The resulting `pchembl_value` and `standard_relation` columns serve as a register tracing which source values compose the binarized label.

## Quality Control Filters

CAPRICHO provides multiple layers of quality control:

### Bioactivity Type Filtering
```bash
--bioactivity-type IC50,Ki,EC50
```
Focus on specific measurement types relevant to your analysis.

### Relation Filtering
```bash
# Only exact measurements (default behavior, pchembl pre-calculated by ChEMBL)
--standard-relation "="

# Include censored data (requires --calculate-pchembl)
--standard-relation "=,<,>" --calculate-pchembl
```
Choose measurement precision level based on your analysis needs.

### Date Requirements
```bash
--require-doc-date
```
Ensure all data has associated publication dates.

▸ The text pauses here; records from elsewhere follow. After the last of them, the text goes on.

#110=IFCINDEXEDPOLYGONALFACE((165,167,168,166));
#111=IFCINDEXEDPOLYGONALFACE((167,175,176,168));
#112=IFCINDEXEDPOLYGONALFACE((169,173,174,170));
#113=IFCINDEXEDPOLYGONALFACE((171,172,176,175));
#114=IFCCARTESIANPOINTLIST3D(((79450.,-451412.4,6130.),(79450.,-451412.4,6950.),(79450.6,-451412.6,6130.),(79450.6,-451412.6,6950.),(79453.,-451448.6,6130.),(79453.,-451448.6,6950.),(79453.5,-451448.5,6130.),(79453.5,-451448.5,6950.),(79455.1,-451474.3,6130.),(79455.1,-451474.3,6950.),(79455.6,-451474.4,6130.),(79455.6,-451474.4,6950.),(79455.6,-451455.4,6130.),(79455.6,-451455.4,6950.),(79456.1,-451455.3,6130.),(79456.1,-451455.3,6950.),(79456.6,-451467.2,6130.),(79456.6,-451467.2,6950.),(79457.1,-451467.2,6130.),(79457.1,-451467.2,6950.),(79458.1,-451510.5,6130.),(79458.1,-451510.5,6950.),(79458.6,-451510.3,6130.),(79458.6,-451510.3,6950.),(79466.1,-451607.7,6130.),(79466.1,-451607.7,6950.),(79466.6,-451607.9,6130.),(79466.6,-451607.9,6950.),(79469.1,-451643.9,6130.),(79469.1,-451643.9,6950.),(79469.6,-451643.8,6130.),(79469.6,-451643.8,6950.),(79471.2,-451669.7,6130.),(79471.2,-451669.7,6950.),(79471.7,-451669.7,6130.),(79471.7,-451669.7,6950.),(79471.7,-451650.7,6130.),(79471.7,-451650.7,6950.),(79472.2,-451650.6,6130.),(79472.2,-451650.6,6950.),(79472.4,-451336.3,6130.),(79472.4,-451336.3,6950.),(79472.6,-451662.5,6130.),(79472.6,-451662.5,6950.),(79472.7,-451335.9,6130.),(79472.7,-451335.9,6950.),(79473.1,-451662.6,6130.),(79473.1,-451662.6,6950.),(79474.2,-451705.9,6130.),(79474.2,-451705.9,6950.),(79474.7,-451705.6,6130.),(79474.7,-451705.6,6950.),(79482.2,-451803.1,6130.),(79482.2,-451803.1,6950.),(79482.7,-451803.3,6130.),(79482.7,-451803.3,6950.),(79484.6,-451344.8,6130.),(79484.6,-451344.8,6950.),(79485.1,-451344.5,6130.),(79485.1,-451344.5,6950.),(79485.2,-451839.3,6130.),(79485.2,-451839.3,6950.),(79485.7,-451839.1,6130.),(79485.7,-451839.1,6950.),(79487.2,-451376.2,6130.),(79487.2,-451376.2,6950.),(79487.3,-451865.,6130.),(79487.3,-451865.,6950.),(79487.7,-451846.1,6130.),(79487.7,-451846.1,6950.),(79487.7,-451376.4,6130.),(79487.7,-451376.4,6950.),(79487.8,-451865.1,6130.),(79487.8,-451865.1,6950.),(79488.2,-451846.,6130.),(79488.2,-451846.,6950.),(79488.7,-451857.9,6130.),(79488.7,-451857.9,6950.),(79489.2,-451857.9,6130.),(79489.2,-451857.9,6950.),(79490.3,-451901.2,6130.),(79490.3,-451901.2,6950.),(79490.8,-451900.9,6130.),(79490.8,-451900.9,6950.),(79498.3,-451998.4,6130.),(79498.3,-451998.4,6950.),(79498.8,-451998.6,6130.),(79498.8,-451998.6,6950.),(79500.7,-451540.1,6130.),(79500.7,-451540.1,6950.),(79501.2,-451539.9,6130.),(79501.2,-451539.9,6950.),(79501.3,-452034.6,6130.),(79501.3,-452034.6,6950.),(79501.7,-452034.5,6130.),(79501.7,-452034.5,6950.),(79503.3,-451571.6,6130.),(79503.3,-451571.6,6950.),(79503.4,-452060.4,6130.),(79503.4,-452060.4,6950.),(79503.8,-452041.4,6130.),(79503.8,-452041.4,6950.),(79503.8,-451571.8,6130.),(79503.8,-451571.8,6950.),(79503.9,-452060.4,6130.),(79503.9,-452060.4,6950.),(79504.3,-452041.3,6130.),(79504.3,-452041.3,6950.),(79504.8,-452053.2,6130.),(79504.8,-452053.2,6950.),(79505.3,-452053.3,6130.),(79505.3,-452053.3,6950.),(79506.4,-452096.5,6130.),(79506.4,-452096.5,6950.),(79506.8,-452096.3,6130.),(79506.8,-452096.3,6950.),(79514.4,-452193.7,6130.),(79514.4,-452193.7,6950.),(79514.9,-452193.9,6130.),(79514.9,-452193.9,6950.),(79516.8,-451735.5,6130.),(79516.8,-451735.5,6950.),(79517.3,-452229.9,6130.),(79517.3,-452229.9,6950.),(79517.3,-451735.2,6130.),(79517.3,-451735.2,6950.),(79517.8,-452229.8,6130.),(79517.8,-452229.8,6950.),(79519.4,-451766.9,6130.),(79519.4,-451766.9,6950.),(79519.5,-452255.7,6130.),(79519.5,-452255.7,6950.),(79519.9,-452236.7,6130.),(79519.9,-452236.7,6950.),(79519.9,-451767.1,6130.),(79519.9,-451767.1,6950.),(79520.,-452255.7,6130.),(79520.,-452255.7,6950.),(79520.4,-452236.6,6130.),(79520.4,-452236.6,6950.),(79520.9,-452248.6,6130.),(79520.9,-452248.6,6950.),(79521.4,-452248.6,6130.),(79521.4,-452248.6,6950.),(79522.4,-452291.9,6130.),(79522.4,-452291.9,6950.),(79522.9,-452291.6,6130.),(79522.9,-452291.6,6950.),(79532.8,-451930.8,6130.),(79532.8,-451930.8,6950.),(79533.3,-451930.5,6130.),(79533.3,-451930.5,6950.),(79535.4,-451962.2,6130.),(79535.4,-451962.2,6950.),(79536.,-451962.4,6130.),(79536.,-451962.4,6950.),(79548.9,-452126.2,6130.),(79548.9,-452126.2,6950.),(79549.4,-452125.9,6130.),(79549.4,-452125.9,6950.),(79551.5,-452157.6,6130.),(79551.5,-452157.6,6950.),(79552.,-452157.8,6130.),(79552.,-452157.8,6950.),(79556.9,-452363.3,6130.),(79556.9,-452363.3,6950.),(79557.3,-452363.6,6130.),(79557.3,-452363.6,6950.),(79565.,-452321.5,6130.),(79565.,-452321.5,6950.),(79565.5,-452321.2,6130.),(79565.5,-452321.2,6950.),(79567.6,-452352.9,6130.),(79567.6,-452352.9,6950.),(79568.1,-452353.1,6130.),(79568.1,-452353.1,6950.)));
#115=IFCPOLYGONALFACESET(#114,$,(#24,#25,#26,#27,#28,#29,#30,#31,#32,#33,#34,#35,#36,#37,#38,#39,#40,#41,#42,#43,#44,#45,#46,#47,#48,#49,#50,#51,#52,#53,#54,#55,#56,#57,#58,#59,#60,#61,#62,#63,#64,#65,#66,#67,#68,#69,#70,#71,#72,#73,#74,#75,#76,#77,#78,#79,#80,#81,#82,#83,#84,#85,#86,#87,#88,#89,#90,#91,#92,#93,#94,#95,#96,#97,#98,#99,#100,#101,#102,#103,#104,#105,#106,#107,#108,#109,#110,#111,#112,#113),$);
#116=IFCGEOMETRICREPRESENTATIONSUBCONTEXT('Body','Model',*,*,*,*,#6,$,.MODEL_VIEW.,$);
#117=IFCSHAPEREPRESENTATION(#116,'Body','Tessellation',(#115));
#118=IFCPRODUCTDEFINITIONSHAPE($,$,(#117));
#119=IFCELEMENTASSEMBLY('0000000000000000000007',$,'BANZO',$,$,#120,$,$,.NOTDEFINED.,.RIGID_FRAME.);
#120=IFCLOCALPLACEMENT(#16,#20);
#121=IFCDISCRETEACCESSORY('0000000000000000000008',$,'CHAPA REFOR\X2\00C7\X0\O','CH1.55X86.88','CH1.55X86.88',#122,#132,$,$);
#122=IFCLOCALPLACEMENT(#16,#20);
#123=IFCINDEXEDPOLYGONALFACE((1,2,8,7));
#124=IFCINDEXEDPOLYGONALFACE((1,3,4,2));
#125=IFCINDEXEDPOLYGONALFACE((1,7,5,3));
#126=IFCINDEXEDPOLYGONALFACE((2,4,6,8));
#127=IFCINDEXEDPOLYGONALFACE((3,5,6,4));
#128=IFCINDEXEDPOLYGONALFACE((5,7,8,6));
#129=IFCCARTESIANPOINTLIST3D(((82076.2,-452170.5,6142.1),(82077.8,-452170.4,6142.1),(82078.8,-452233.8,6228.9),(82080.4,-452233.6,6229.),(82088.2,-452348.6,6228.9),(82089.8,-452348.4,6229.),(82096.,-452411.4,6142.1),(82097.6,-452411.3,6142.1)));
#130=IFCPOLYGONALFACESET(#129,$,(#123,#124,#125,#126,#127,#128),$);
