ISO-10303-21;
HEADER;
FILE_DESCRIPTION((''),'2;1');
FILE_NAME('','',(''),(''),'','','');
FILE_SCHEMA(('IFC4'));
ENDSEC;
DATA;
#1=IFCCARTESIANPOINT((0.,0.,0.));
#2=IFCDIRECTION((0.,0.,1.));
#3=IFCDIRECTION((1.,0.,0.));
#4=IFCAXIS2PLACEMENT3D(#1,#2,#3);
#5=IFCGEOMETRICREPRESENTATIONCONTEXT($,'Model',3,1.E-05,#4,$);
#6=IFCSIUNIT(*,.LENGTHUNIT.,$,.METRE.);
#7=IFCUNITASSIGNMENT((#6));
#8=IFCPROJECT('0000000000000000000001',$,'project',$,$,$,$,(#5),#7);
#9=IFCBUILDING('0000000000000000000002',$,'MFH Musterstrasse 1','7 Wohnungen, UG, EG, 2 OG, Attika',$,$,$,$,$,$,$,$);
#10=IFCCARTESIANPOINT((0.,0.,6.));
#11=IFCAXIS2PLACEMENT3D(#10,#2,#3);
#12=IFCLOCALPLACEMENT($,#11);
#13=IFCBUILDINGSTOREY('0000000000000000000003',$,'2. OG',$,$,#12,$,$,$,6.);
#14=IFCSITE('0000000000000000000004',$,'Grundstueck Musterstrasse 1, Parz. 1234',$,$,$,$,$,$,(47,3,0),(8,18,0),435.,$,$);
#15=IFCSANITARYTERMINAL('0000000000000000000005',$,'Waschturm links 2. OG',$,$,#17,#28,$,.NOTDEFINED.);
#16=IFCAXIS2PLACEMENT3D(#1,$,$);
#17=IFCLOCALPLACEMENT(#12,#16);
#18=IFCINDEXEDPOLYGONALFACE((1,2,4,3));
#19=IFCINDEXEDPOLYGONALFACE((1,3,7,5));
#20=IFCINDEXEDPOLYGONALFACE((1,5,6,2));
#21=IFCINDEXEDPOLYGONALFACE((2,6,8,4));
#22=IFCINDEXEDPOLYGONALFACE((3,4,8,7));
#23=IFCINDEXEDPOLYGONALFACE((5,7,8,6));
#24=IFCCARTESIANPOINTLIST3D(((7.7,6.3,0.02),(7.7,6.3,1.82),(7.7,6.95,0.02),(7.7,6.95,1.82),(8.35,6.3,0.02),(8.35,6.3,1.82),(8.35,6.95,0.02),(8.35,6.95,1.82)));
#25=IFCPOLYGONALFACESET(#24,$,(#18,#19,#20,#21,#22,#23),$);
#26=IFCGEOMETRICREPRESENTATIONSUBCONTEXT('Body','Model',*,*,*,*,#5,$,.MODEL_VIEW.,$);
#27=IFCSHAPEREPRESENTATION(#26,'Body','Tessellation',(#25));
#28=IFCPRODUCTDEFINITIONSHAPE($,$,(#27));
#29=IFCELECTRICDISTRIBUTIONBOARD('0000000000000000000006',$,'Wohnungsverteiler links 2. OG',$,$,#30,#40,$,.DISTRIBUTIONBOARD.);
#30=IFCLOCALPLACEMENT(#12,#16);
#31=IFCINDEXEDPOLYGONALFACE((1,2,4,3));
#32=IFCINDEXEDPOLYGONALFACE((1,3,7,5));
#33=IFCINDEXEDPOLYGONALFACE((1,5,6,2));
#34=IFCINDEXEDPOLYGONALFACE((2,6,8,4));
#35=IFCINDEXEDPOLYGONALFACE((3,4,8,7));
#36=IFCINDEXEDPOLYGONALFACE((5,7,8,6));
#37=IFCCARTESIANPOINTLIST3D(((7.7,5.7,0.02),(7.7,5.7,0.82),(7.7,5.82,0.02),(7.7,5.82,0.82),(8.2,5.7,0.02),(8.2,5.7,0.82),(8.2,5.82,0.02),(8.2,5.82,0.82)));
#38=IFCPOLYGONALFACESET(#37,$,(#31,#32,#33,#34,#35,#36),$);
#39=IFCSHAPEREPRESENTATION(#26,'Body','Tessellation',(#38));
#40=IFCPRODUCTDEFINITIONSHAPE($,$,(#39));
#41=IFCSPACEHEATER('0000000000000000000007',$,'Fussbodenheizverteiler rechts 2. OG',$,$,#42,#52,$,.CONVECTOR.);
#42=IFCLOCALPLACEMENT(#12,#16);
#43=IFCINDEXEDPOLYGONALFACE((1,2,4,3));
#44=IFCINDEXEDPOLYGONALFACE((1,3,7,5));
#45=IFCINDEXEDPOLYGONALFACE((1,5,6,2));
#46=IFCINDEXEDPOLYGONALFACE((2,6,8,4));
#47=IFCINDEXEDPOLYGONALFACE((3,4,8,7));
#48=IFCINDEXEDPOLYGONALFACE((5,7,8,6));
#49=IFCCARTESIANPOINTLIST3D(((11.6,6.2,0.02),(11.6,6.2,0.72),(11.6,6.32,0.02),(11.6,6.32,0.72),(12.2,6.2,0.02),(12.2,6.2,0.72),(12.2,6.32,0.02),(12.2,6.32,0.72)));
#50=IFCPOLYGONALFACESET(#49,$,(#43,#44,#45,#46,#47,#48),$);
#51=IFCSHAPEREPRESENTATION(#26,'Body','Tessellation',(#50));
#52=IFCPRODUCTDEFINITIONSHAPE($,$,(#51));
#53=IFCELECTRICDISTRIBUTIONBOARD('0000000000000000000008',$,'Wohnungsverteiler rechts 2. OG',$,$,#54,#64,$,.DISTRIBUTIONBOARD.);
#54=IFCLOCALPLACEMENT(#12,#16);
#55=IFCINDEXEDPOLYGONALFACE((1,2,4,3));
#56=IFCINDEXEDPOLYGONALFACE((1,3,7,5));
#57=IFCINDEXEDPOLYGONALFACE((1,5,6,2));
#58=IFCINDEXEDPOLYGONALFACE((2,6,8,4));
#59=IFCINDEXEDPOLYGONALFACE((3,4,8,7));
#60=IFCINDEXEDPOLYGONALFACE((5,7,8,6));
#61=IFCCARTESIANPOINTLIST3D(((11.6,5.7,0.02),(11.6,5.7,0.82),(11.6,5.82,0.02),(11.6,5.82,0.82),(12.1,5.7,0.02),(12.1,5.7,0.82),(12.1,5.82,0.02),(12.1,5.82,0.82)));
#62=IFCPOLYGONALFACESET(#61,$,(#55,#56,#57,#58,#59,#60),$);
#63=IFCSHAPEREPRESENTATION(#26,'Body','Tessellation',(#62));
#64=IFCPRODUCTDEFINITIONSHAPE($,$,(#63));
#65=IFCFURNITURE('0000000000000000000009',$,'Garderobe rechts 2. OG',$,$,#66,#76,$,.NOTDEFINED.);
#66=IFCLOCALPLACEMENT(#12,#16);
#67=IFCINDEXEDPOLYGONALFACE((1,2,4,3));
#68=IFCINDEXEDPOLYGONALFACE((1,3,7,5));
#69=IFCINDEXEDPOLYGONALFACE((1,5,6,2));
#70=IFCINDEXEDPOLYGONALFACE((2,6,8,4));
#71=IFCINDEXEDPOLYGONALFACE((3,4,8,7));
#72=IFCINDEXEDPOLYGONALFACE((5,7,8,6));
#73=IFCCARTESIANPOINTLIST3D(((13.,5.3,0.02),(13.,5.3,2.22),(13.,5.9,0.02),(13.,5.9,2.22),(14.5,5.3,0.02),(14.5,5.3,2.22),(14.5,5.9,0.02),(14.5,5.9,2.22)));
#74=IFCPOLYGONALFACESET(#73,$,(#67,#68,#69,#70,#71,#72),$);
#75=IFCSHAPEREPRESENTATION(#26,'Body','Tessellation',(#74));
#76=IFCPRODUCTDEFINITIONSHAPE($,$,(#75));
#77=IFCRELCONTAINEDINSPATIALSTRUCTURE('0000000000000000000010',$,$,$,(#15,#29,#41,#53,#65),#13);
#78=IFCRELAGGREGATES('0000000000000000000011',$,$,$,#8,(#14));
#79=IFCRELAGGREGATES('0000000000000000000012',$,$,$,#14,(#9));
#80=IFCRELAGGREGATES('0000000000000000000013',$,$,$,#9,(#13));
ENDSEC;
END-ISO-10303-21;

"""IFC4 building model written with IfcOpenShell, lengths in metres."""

from ifc_helpers import new_model, si_unit, frame, frame_2d, origin_with_axes, place, context, subcontext, project, spatial, rectangle, extrude, element, save


model = new_model("IFC4")

# Units and contexts
model_context = context("Model", 3, precision=1e-05, world=origin_with_axes())
body_context = subcontext(model_context, "Body", "Model", "MODEL_VIEW")
ifc_project = project(units=[si_unit("LENGTHUNIT", "METRE")], contexts=[model_context])

# Site, building, storey
site = spatial("IfcSite", under=ifc_project, Name="Grundstueck Musterstrasse 1, Parz. 1234", RefLatitude=(47, 3, 0), RefLongitude=(8, 18, 0), RefElevation=435.0)
building = spatial("IfcBuilding", under=site, Name="MFH Musterstrasse 1", Description="7 Wohnungen, UG, EG, 2 OG, Attika")
storey_placement = place(None, frame((0.0, 0.0, 6.0), z_axis=(0.0, 0.0, 1.0), x_axis=(1.0, 0.0, 0.0)))
storey = spatial("IfcBuildingStorey", under=building, at=storey_placement, Name="2. OG", Elevation=6.0)

# Sanitary terminal
sanitary_terminal_placement = place(storey_placement, frame((7.7, 6.3, 0.02), z_axis=(0.0, 0.0, 1.0), x_axis=(1.0, 0.0, 0.0)))
element("IfcSanitaryTerminal", 1, at=sanitary_terminal_placement, inside=storey, Name="Waschturm links 2. OG", PredefinedType="NOTDEFINED", context=body_context, shape_type="SweptSolid", body=[
    extrude(rectangle(XDim=0.65, YDim=0.65, at=frame_2d((0.325, 0.325))), origin_with_axes(), (0.0, 0.0, 1.0), 1.8),
])

# Electric distribution board
electric_distribution_board_1_placement = place(storey_placement, frame((7.7, 5.7, 0.02), z_axis=(0.0, 0.0, 1.0), x_axis=(1.0, 0.0, 0.0)))
element("IfcElectricDistributionBoard", 2, at=electric_distribution_board_1_placement, inside=storey, Name="Wohnungsverteiler links 2. OG", PredefinedType="DISTRIBUTIONBOARD", context=body_context, shape_type="SweptSolid", body=[
    extrude(rectangle(XDim=0.5, YDim=0.12, at=frame_2d((0.25, 0.06))), origin_with_axes(), (0.0, 0.0, 1.0), 0.8),
])

# Space heater
space_heater_placement = place(storey_placement, frame((11.6, 6.2, 0.02), z_axis=(0.0, 0.0, 1.0), x_axis=(1.0, 0.0, 0.0)))
element("IfcSpaceHeater", 3, at=space_heater_placement, inside=storey, Name="Fussbodenheizverteiler rechts 2. OG", PredefinedType="CONVECTOR", context=body_context, shape_type="SweptSolid", body=[
    extrude(rectangle(XDim=0.6, YDim=0.12, at=frame_2d((0.3, 0.06))), origin_with_axes(), (0.0, 0.0, 1.0), 0.7),
])

# Electric distribution board
electric_distribution_board_2_placement = place(storey_placement, frame((11.6, 5.7, 0.02), z_axis=(0.0, 0.0, 1.0), x_axis=(1.0, 0.0, 0.0)))
element("IfcElectricDistributionBoard", 4, at=electric_distribution_board_2_placement, inside=storey, Name="Wohnungsverteiler rechts 2. OG", PredefinedType="DISTRIBUTIONBOARD", context=body_context, shape_type="SweptSolid", body=[
    extrude(rectangle(XDim=0.5, YDim=0.12, at=frame_2d((0.25, 0.06))), origin_with_axes(), (0.0, 0.0, 1.0), 0.8),
])

# Furniture
furniture_placement = place(storey_placement, frame((13.0, 5.3, 0.02), z_axis=(0.0, 0.0, 1.0), x_axis=(1.0, 0.0, 0.0)))
element("IfcFurniture", 5, at=furniture_placement, inside=storey, Name="Garderobe rechts 2. OG", PredefinedType="NOTDEFINED", context=body_context, shape_type="SweptSolid", body=[
    extrude(rectangle(XDim=1.5, YDim=0.6, at=frame_2d((0.75, 0.3))), origin_with_axes(), (0.0, 0.0, 1.0), 2.2),
])

save(model, "model.ifc")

### Assay Size Constraints
```bash
--min-assay-size 10 --max-assay-size 1000
```
Filter assays by number of tested compounds.

## Reproducibility

CAPRICHO ensures full reproducibility through several mechanisms:

### Recipe Files

Every run generates a JSON recipe file containing the full command and all parameters used:

```json
{
  "command": "capricho get --target-ids CHEMBL203 --output-path egfr_data.csv",
  "capricho version": "0.1.0",
  "molecule_ids": [],
  "target_ids": ["CHEMBL203"],
  "assay_ids": [],
  "document_ids": [],
  "calculate_pchembl": false,
  "output_path": "egfr_data.csv",
  "confidence_scores": [7, 8, 9],
  "bioactivity_type": ["Potency", "Kd", "Ki", "IC50", "AC50", "EC50"],
  "standard_relation": ["="],
  "assay_types": ["B", "F"],
  "chembl_version": "36",
  "compound_equality": "connectivity",
  "aggregate_on": "pchembl_value"
}
```

This allows exact reproduction of your data curation workflow.

### Version Control

Specify exact ChEMBL versions:
```bash
capricho get --target-ids CHEMBL203 --chembl-version 33
```

### Transparent Processing

All filtering steps are logged and flagged data is preserved for inspection.

## Output Structure

Understanding CAPRICHO's output helps you make the most of your curated data. Each `capricho get` run produces multiple files:

### Main Data File (`*_data.csv`)
- Aggregated bioactivity measurements
- Standardized column names
- Quality and processing flags in dedicated columns

### Recipe File (`*_recipe.json`)
- Complete record of all parameters used
- Enables exact reproduction of the workflow

### Pre-aggregation Data (`*_not_aggregated.csv`)
- Individual measurements before aggregation
- Useful for understanding how data was combined
- Can be skipped with `--skip-not-aggregated`

### Removed Subset (`*_removed_subset.csv`)
- Entries that were filtered out during curation
- Allows inspection of what was excluded and why

This multi-file approach ensures transparency while providing clean, analysis-ready data.